Dean Bok ’60 had every intention of being a lifetime high school science teacher. But in his second year at Valley Christian High School, his principal asked him to teach mathematics, too.

“I told him no,” Bok remembered. “I couldn’t desecrate the field of mathematics.”

It cost Bok his job, and millions of Americans can be glad it did.

Bok saw graduate school as his best alternative. By 1968 he had earned a PhD in cell biology at UCLA and moved directly into his own laboratory there to continue work he’d begun with his mentoring professor on the eye—specifically, on a group of inherited diseases of the retina that will cause blindness in 10 million Americans.

In May 2009, Bok was honored with the Llura Liggett Gund Career Achievement Award from the Foundation Fighting Blindness for his significant contributions to the preventions, treatments and cures of those diseases. The award has been presented only four times in the foundation’s 40-year history. And it’s only the latest in a series of awards for Bok, which includes the highest honor given for vision research by the Association for Research in Vision and Ophthalmology and honors from the National Institutes of Health.
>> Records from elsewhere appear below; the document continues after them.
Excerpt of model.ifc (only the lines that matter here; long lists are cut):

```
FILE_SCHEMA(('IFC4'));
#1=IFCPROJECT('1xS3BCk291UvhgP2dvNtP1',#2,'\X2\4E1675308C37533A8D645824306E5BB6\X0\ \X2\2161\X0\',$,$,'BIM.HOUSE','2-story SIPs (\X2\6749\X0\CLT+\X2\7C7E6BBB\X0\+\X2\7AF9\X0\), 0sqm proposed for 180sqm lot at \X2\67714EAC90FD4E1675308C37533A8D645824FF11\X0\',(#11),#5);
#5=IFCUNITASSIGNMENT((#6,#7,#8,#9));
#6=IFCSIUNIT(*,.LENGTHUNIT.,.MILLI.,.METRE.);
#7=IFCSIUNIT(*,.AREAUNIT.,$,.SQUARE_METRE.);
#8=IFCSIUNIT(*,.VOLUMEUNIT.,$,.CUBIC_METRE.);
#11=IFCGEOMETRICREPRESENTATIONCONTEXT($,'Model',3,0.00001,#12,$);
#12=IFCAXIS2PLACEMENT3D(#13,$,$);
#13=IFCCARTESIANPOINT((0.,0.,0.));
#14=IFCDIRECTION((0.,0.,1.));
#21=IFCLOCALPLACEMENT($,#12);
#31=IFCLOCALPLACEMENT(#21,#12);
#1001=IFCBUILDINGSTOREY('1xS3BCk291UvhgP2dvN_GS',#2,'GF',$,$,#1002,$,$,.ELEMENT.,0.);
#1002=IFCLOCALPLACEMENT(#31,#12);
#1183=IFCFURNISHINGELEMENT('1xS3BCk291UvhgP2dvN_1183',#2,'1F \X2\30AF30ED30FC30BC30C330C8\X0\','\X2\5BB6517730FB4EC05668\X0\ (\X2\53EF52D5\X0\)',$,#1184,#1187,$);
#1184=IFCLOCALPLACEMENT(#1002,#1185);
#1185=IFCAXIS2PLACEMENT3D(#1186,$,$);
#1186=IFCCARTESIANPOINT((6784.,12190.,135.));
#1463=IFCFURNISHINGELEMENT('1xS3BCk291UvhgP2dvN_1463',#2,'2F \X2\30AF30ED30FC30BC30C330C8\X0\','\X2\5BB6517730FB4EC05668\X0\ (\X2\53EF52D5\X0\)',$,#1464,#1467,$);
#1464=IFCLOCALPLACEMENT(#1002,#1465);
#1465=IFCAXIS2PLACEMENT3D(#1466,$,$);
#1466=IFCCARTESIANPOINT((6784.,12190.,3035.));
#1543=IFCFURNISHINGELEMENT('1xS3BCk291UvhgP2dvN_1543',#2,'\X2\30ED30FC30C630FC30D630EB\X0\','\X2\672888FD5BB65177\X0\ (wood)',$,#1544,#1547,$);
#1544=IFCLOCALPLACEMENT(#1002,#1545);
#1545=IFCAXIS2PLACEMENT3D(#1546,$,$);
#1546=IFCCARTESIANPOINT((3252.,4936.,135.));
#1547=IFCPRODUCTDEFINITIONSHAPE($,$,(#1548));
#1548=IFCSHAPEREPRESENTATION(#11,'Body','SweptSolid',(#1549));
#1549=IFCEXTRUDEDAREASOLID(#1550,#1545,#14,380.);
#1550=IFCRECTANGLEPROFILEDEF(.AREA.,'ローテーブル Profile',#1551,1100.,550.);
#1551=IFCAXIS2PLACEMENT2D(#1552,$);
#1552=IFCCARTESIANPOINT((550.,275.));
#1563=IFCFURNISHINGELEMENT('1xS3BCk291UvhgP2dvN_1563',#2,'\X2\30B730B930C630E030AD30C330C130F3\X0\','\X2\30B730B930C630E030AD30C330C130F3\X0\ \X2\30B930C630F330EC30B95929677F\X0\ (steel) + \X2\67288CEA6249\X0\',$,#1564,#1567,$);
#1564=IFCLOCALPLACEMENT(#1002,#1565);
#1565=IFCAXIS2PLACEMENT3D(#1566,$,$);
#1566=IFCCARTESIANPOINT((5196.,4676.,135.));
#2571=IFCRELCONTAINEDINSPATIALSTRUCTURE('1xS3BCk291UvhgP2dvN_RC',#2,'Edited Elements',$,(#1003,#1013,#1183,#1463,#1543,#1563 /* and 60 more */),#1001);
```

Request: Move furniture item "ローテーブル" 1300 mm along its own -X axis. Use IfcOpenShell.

```python
import ifcopenshell
import ifcopenshell.api.geometry
import ifcopenshell.util.placement
import ifcopenshell.util.unit

model = ifcopenshell.open("model.ifc")
unit_scale = ifcopenshell.util.unit.calculate_unit_scale(model)

item = model.by_guid("1xS3BCk291UvhgP2dvN_1543")
matrix = ifcopenshell.util.placement.get_local_placement(item.ObjectPlacement)
matrix[:3, 3] -= matrix[:3, 0] * 1.3 / unit_scale
ifcopenshell.api.geometry.edit_object_placement(model, product=item, matrix=matrix, is_si=False)

print(ifcopenshell.util.placement.get_local_placement(item.ObjectPlacement).round(3) + 0.0)

model.write("model_updated.ifc")
```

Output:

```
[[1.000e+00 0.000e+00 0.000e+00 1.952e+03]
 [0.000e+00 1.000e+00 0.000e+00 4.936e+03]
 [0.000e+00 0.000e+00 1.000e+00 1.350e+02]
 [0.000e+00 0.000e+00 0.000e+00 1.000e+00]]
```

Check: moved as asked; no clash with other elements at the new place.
By the late 1960s, Bok and his mentor had discovered how healthy photoreceptors—commonly called rods and cones—maintain their youth throughout the human lifespan. In his own lab, Bok discovered how vitamin A, essential for vision, is taken up from the bloodstream into the cells of the retina.

“I think of it as a bucket brigade,” he explained. “There’s a whole brigade of proteins that take vitamin A up into the cell and hand it off in its various derivative forms down the line until it finally gets to the photoreceptor, where it captures photons—the smallest units of light—so we can see.”

In the 1990s, Bok and a colleague discovered that when a certain gene, called RPE-65, is missing or defective, the bucket brigade can’t complete its delivery of vitamin A. They published that discovery in 1998, which laid the groundwork for the first successful gene therapy in human vision. Ten years later, in clinical trials, healthy REP-65 was being implanted in the retinas of children born blind. “A boy who could barely negotiate a room is now riding his bike,” Bok reported.

That cure for just one of the forms of inherited retinal disease has been 40 years in the making. It’s not surprising, then, that Bok considers patience the chief virtue of a successful scientist. “I’ve always gone slowly about the acquisition of data,” he said. “When I’m in a hurry, I make mistakes. That’s true of my hobbies, too.”

 Bok has also spent many years researching age-related macular degeneration, a loss of vision that affects 30 percent of people over the age of 70. “I think we’re finally cracking the door open on that one,” he said.

Success has brought him many offers of directorships and other administrative positions. Bok has turned them all down. “The two things I relish are teaching and being in my laboratory,” he said.

After more than 40 years in the lab and the classroom, Bok still finds himself marveling at God’s creation. “It thrills me every time I see the intricacy and complexity of the eye’s processes,” he said. “My faith only gets stronger.”